### About this task
For each line below that includes the word "Wall", make a copy.

=== Raw data ===

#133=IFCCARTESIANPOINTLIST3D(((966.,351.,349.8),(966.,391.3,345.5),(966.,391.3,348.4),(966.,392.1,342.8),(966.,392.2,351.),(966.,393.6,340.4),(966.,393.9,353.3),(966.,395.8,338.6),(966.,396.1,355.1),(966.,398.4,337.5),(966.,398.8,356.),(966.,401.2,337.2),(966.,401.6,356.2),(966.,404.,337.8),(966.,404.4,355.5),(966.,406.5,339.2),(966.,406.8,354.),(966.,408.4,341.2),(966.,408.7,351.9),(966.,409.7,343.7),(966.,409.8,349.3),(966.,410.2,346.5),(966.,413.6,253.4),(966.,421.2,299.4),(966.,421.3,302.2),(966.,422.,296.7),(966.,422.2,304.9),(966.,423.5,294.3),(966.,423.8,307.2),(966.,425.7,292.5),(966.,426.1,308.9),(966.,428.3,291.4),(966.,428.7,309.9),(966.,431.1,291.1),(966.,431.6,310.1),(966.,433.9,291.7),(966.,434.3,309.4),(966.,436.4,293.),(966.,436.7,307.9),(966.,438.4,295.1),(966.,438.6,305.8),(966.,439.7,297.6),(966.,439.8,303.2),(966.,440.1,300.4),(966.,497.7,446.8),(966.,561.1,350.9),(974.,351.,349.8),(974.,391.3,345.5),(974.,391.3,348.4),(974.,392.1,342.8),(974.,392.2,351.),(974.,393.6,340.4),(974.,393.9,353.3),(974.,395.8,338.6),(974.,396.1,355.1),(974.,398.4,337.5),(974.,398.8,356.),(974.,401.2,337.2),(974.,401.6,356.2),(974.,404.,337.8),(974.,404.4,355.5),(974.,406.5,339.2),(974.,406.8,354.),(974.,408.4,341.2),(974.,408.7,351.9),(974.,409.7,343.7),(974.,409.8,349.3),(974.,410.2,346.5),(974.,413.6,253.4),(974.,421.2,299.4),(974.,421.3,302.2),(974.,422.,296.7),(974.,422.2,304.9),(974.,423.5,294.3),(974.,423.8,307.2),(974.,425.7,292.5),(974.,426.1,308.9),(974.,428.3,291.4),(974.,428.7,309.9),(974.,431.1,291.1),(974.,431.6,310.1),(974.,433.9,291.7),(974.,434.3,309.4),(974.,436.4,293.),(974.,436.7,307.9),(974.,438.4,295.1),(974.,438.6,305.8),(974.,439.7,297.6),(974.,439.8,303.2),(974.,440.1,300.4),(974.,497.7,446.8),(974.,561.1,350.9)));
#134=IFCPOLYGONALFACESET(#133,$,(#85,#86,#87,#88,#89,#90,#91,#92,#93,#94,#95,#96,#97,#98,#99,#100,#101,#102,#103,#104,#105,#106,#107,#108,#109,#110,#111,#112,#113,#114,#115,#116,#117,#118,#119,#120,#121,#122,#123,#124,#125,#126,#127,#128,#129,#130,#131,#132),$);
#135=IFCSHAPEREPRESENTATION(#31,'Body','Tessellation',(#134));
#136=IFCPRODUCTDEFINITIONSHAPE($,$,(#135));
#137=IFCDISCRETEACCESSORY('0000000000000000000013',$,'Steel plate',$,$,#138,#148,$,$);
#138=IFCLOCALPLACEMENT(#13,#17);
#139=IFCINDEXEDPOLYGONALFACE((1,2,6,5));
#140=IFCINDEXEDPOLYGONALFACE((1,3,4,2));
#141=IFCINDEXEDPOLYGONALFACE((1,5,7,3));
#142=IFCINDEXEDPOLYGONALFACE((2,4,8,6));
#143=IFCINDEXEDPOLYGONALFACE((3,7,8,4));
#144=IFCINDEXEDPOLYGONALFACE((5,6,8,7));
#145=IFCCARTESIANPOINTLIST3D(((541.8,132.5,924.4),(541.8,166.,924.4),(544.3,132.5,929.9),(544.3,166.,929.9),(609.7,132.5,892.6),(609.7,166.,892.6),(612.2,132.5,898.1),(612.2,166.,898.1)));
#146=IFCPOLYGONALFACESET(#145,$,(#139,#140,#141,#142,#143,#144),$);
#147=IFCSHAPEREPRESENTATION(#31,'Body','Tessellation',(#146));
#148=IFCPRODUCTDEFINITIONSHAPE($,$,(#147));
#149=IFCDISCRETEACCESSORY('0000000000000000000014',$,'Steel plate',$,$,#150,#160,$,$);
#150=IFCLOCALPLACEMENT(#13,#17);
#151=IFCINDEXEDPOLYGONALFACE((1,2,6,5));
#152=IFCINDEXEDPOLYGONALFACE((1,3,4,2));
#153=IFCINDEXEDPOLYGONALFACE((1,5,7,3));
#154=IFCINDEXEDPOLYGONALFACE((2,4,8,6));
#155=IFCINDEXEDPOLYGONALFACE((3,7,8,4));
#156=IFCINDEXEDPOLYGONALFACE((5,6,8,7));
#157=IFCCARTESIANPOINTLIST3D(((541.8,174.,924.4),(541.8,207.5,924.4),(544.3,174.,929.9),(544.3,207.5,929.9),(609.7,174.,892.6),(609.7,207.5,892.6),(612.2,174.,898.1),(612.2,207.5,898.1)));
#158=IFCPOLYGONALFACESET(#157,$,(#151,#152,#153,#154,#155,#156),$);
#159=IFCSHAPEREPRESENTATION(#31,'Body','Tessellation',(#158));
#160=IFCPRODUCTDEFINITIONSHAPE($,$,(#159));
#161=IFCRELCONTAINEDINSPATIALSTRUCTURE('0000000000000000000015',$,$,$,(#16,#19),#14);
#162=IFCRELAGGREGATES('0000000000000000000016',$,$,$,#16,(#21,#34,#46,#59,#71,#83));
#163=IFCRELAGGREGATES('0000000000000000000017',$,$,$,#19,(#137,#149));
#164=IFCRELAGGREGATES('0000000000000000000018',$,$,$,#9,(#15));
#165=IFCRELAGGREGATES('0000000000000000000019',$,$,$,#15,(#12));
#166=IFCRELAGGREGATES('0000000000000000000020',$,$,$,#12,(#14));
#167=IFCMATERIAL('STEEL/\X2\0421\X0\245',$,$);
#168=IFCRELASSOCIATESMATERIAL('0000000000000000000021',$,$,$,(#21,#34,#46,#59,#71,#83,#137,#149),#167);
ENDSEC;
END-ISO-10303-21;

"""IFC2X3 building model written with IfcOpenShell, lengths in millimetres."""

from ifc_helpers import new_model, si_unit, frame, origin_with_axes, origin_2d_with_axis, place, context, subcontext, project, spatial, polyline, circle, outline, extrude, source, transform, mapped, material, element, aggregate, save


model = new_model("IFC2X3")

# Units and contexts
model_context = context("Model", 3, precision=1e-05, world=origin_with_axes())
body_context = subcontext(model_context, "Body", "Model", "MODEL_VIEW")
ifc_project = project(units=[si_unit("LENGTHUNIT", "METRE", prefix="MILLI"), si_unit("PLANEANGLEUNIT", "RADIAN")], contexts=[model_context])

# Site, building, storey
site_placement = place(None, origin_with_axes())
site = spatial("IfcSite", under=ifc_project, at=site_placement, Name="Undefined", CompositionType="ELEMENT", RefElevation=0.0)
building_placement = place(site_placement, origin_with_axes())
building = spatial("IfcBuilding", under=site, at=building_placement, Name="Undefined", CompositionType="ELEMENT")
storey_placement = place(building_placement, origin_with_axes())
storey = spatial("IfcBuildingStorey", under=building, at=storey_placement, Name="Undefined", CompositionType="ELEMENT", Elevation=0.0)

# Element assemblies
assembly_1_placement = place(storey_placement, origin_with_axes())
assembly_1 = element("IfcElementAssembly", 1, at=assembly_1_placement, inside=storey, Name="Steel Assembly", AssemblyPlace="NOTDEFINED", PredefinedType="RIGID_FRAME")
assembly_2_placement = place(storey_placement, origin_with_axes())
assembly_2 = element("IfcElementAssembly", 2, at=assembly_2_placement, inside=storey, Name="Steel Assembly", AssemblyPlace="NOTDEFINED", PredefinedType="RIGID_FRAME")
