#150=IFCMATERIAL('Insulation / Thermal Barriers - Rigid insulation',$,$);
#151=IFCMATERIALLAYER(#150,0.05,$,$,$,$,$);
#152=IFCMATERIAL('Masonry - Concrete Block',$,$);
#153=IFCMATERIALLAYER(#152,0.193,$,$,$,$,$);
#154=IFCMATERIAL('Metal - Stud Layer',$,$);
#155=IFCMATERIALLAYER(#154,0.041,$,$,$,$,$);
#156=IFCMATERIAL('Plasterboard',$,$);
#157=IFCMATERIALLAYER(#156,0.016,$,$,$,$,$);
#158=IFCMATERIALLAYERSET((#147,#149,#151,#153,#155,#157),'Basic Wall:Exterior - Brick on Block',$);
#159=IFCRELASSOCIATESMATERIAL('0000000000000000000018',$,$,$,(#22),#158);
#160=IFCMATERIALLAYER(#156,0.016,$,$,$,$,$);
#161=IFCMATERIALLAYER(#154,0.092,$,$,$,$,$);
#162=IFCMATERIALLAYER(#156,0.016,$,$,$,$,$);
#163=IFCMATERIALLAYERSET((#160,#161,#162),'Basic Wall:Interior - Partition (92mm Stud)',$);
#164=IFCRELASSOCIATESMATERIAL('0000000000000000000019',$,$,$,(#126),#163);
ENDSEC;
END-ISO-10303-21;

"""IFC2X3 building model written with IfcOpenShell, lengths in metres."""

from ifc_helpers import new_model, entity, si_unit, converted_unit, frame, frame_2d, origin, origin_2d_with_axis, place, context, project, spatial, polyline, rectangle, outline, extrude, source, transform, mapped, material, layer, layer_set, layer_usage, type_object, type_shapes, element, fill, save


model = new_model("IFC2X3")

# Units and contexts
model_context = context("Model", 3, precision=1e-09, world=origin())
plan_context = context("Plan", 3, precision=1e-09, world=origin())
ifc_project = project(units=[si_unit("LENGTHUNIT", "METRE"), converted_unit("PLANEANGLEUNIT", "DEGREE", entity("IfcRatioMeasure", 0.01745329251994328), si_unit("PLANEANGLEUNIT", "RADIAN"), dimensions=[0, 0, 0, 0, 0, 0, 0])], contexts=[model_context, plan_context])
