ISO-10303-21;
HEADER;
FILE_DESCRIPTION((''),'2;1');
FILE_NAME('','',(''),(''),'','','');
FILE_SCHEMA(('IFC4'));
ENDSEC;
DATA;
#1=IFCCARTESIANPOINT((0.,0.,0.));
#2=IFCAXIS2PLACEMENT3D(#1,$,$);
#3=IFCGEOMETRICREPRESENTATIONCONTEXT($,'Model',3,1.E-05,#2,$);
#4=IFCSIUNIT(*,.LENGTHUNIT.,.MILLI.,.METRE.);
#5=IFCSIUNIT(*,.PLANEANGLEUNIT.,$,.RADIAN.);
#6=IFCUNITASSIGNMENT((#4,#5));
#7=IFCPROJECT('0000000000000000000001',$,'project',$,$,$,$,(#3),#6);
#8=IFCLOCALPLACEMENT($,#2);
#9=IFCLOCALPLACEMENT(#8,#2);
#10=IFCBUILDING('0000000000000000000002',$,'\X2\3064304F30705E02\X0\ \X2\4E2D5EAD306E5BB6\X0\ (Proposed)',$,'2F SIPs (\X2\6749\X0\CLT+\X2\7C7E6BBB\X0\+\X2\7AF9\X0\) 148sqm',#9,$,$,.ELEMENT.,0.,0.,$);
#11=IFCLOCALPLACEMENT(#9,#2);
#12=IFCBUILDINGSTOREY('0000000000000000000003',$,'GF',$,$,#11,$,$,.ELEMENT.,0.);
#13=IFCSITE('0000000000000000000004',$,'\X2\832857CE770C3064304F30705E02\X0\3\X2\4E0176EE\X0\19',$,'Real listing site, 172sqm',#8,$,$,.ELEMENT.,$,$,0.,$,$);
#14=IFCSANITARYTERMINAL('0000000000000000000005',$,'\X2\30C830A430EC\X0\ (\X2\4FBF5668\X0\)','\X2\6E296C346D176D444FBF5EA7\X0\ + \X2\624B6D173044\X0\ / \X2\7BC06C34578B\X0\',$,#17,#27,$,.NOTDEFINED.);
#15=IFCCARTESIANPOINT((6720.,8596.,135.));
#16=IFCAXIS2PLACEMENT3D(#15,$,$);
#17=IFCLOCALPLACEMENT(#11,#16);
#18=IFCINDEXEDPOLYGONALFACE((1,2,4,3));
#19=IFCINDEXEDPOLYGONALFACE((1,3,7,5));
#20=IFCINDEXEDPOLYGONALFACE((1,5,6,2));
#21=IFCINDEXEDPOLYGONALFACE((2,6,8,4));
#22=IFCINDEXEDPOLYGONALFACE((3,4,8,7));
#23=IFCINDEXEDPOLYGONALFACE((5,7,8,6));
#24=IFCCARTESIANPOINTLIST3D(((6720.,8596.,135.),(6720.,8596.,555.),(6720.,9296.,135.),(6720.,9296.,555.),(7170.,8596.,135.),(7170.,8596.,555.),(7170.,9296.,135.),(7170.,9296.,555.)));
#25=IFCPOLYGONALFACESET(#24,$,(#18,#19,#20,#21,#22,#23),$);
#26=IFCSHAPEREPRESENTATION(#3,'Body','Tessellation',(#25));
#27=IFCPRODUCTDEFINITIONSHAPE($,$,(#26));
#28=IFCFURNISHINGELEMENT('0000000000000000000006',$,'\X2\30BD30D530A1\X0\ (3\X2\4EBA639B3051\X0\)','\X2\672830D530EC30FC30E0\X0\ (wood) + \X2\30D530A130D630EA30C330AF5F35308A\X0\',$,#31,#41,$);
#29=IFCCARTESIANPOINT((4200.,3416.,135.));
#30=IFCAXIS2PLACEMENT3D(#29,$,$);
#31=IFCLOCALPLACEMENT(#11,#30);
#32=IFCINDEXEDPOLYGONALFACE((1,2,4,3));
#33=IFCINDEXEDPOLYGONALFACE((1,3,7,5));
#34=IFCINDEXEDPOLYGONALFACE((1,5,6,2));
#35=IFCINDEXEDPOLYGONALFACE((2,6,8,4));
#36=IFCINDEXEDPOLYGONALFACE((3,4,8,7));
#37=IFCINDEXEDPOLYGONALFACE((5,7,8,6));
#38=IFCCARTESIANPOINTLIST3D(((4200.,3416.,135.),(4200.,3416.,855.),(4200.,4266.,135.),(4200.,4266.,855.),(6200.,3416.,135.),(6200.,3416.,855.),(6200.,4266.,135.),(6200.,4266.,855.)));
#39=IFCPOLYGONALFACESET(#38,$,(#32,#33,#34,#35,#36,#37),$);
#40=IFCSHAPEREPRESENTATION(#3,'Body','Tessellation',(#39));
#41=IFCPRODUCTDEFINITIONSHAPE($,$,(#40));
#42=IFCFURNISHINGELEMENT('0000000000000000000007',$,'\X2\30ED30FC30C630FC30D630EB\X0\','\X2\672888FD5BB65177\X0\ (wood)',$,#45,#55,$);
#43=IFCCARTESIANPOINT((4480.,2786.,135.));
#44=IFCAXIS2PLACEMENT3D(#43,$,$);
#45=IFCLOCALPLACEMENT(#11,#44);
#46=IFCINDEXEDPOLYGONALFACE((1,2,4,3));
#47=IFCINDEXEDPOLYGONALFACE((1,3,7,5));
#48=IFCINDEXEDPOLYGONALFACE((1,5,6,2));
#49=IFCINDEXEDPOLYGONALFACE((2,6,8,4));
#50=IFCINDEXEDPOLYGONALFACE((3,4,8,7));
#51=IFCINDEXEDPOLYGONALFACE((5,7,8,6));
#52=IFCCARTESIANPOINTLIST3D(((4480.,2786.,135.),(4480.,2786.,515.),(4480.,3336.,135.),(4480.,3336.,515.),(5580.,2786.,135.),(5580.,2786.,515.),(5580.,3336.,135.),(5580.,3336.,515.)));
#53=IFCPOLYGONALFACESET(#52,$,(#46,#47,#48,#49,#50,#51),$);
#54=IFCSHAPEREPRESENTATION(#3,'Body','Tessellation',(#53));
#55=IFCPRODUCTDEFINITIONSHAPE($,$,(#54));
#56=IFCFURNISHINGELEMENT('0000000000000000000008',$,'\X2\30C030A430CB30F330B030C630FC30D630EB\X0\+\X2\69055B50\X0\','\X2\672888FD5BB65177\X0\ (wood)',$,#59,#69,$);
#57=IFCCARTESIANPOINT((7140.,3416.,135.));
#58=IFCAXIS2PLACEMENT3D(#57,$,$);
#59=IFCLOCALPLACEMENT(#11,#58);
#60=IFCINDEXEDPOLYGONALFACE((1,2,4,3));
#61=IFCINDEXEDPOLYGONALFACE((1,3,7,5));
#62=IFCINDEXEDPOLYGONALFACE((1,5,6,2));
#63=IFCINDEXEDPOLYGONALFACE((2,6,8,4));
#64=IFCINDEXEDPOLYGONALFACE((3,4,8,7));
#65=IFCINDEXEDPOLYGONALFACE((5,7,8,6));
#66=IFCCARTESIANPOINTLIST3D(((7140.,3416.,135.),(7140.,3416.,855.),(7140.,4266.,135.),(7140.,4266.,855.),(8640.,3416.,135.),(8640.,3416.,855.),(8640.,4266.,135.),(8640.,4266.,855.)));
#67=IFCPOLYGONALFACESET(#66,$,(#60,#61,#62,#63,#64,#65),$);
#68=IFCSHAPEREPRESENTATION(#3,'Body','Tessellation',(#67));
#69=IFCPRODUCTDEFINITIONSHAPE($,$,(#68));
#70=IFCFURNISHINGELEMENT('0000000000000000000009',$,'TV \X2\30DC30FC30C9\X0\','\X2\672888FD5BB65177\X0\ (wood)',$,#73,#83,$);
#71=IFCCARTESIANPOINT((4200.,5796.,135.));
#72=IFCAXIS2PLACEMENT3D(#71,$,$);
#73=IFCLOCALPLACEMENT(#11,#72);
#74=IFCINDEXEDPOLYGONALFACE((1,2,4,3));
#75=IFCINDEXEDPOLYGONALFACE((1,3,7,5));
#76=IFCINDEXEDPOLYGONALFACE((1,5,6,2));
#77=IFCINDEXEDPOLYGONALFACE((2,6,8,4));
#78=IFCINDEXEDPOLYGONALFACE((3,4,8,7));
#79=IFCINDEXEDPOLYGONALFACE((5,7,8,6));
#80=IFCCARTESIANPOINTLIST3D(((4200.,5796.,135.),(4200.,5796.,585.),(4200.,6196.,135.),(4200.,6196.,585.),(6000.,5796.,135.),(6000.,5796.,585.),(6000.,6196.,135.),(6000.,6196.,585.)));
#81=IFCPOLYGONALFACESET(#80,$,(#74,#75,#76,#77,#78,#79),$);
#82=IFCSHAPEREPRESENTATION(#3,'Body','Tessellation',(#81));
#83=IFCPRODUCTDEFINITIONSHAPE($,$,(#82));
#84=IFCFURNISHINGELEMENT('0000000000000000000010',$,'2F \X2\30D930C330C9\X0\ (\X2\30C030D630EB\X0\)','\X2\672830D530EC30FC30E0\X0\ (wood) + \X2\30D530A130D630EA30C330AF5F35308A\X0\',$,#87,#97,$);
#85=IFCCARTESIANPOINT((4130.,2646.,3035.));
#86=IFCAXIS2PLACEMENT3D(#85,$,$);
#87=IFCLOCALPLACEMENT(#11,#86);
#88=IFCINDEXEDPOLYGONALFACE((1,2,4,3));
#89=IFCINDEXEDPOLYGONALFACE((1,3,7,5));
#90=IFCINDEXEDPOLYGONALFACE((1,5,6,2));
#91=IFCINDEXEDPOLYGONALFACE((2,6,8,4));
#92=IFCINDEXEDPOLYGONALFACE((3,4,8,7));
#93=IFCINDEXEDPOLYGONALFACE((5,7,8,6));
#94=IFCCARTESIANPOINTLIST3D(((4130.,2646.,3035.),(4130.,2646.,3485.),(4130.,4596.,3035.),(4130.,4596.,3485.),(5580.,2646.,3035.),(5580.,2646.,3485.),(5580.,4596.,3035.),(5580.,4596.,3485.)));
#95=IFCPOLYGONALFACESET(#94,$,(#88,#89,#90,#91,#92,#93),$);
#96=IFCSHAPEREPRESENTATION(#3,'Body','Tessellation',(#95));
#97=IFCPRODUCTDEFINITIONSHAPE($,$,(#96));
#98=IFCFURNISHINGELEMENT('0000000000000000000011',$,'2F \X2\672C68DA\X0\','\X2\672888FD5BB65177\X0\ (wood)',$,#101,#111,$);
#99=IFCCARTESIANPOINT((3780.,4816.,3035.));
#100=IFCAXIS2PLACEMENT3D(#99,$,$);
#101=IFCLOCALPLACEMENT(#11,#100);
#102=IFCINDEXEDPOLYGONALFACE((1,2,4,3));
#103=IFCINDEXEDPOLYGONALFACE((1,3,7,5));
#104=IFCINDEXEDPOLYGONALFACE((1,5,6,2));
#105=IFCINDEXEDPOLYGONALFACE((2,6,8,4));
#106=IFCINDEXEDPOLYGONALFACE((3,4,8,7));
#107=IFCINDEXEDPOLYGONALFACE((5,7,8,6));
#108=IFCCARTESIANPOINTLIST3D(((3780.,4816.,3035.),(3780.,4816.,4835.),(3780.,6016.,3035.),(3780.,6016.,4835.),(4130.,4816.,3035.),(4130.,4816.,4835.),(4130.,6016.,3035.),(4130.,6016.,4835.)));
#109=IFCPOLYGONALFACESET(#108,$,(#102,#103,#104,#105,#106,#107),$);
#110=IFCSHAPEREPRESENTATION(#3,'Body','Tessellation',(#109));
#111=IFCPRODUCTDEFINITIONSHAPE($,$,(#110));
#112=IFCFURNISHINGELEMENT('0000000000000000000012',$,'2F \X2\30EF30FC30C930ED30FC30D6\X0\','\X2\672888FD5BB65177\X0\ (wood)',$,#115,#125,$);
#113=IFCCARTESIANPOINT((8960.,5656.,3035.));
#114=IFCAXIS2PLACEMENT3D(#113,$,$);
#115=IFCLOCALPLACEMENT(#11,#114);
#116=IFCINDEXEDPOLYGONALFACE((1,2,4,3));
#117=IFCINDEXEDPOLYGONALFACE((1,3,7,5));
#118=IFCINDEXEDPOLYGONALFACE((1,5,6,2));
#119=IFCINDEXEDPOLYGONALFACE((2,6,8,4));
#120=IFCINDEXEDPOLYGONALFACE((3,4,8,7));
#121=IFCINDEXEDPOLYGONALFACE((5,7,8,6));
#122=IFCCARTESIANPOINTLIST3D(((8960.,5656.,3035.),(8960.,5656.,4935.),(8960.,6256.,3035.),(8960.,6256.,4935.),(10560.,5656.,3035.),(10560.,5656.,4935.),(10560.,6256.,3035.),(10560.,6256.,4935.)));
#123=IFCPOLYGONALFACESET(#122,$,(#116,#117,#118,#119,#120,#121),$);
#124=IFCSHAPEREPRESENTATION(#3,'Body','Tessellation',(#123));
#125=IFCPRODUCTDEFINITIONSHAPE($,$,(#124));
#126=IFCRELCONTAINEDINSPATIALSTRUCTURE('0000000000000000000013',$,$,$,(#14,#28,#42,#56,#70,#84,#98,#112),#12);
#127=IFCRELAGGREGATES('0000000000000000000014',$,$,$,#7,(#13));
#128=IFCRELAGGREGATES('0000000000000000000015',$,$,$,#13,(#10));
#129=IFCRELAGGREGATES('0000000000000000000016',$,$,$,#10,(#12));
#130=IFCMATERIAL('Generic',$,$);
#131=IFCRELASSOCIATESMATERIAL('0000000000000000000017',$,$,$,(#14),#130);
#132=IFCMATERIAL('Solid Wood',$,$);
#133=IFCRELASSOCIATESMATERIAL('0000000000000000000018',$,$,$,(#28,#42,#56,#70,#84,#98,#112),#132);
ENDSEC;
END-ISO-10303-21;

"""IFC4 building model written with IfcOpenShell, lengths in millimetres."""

from ifc_helpers import new_model, si_unit, frame, frame_2d, origin, place, context, project, spatial, rectangle, extrude, material, element, save


model = new_model("IFC4")

# Units and contexts
model_context = context("Model", 3, precision=1e-05, world=origin())
ifc_project = project(units=[si_unit("LENGTHUNIT", "METRE", prefix="MILLI"), si_unit("PLANEANGLEUNIT", "RADIAN")], contexts=[model_context])

# Site, building, storey
site_placement = place(None, origin())
site = spatial("IfcSite", under=ifc_project, at=site_placement, Name="茨城県つくば市3丁目19", ObjectType="Real listing site, 172sqm", CompositionType="ELEMENT", RefElevation=0.0)
building_placement = place(site_placement, origin())
building = spatial("IfcBuilding", under=site, at=building_placement, Name="つくば市 中庭の家 (Proposed)", ObjectType="2F SIPs (杉CLT+籾殻+竹) 148sqm", CompositionType="ELEMENT", ElevationOfRefHeight=0.0, ElevationOfTerrain=0.0)
storey_placement = place(building_placement, origin())
storey = spatial("IfcBuildingStorey", under=building, at=storey_placement, Name="GF", CompositionType="ELEMENT", Elevation=0.0)

# Shared definitions
ifc_material_1 = material(Name="Solid Wood")

# Shared definitions
ifc_material_2 = material(Name="Generic")

# Sanitary terminal
sanitary_terminal_1_placement = place(storey_placement, frame((6720.0, 8596.0, 135.0)))
element("IfcSanitaryTerminal", 1, at=sanitary_terminal_1_placement, inside=storey, material=ifc_material_2, Name="トイレ (便器)", Description="温水洗浄便座 + 手洗い / 節水型", PredefinedType="NOTDEFINED", context=model_context, shape_type="SweptSolid", body=[
    extrude(rectangle(XDim=450.0, YDim=700.0, at=frame_2d((225.0, 350.0))), frame((6720.0, 8596.0, 135.0)), (0.0, 0.0, 1.0), 420.0),
])

# Furnishing elements
furnishing_1_placement = place(storey_placement, frame((4200.0, 3416.0, 135.0)))
element("IfcFurnishingElement", 2, at=furnishing_1_placement, inside=storey, material=ifc_material_1, Name="ソファ (3人掛け)", Description="木フレーム (wood) + ファブリック張り", context=model_context, shape_type="SweptSolid", body=[
    extrude(rectangle(XDim=2000.0, YDim=850.0, at=frame_2d((1000.0, 425.0))), frame((4200.0, 3416.0, 135.0)), (0.0, 0.0, 1.0), 720.0),
])
furnishing_2_placement = place(storey_placement, frame((4480.0, 2786.0, 135.0)))
element("IfcFurnishingElement", 3, at=furnishing_2_placement, inside=storey, material=ifc_material_1, Name="ローテーブル", Description="木製家具 (wood)", context=model_context, shape_type="SweptSolid", body=[
    extrude(rectangle(XDim=1100.0, YDim=550.0, at=frame_2d((550.0, 275.0))), frame((4480.0, 2786.0, 135.0)), (0.0, 0.0, 1.0), 380.0),
])
furnishing_3_placement = place(storey_placement, frame((7140.0, 3416.0, 135.0)))
element("IfcFurnishingElement", 4, at=furnishing_3_placement, inside=storey, material=ifc_material_1, Name="ダイニングテーブル+椅子", Description="木製家具 (wood)", context=model_context, shape_type="SweptSolid", body=[
    extrude(rectangle(XDim=1500.0, YDim=850.0, at=frame_2d((750.0, 425.0))), frame((7140.0, 3416.0, 135.0)), (0.0, 0.0, 1.0), 720.0),
])
furnishing_4_placement = place(storey_placement, frame((4200.0, 5796.0, 135.0)))
element("IfcFurnishingElement", 5, at=furnishing_4_placement, inside=storey, material=ifc_material_1, Name="TV ボード", Description="木製家具 (wood)", context=model_context, shape_type="SweptSolid", body=[
    extrude(rectangle(XDim=1800.0, YDim=400.0, at=frame_2d((900.0, 200.0))), frame((4200.0, 5796.0, 135.0)), (0.0, 0.0, 1.0), 450.0),
])
furnishing_5_placement = place(storey_placement, frame((4130.0, 2646.0, 3035.0)))
element("IfcFurnishingElement", 6, at=furnishing_5_placement, inside=storey, material=ifc_material_1, Name="2F ベッド (ダブル)", Description="木フレーム (wood) + ファブリック張り", context=model_context, shape_type="SweptSolid", body=[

===

### Response area
#158=IFCMATERIALLAYERSET((#147,#149,#151,#153,#155,#157),'Basic Wall:Exterior - Brick on Block',$);
#163=IFCMATERIALLAYERSET((#160,#161,#162),'Basic Wall:Interior - Partition (92mm Stud)',$);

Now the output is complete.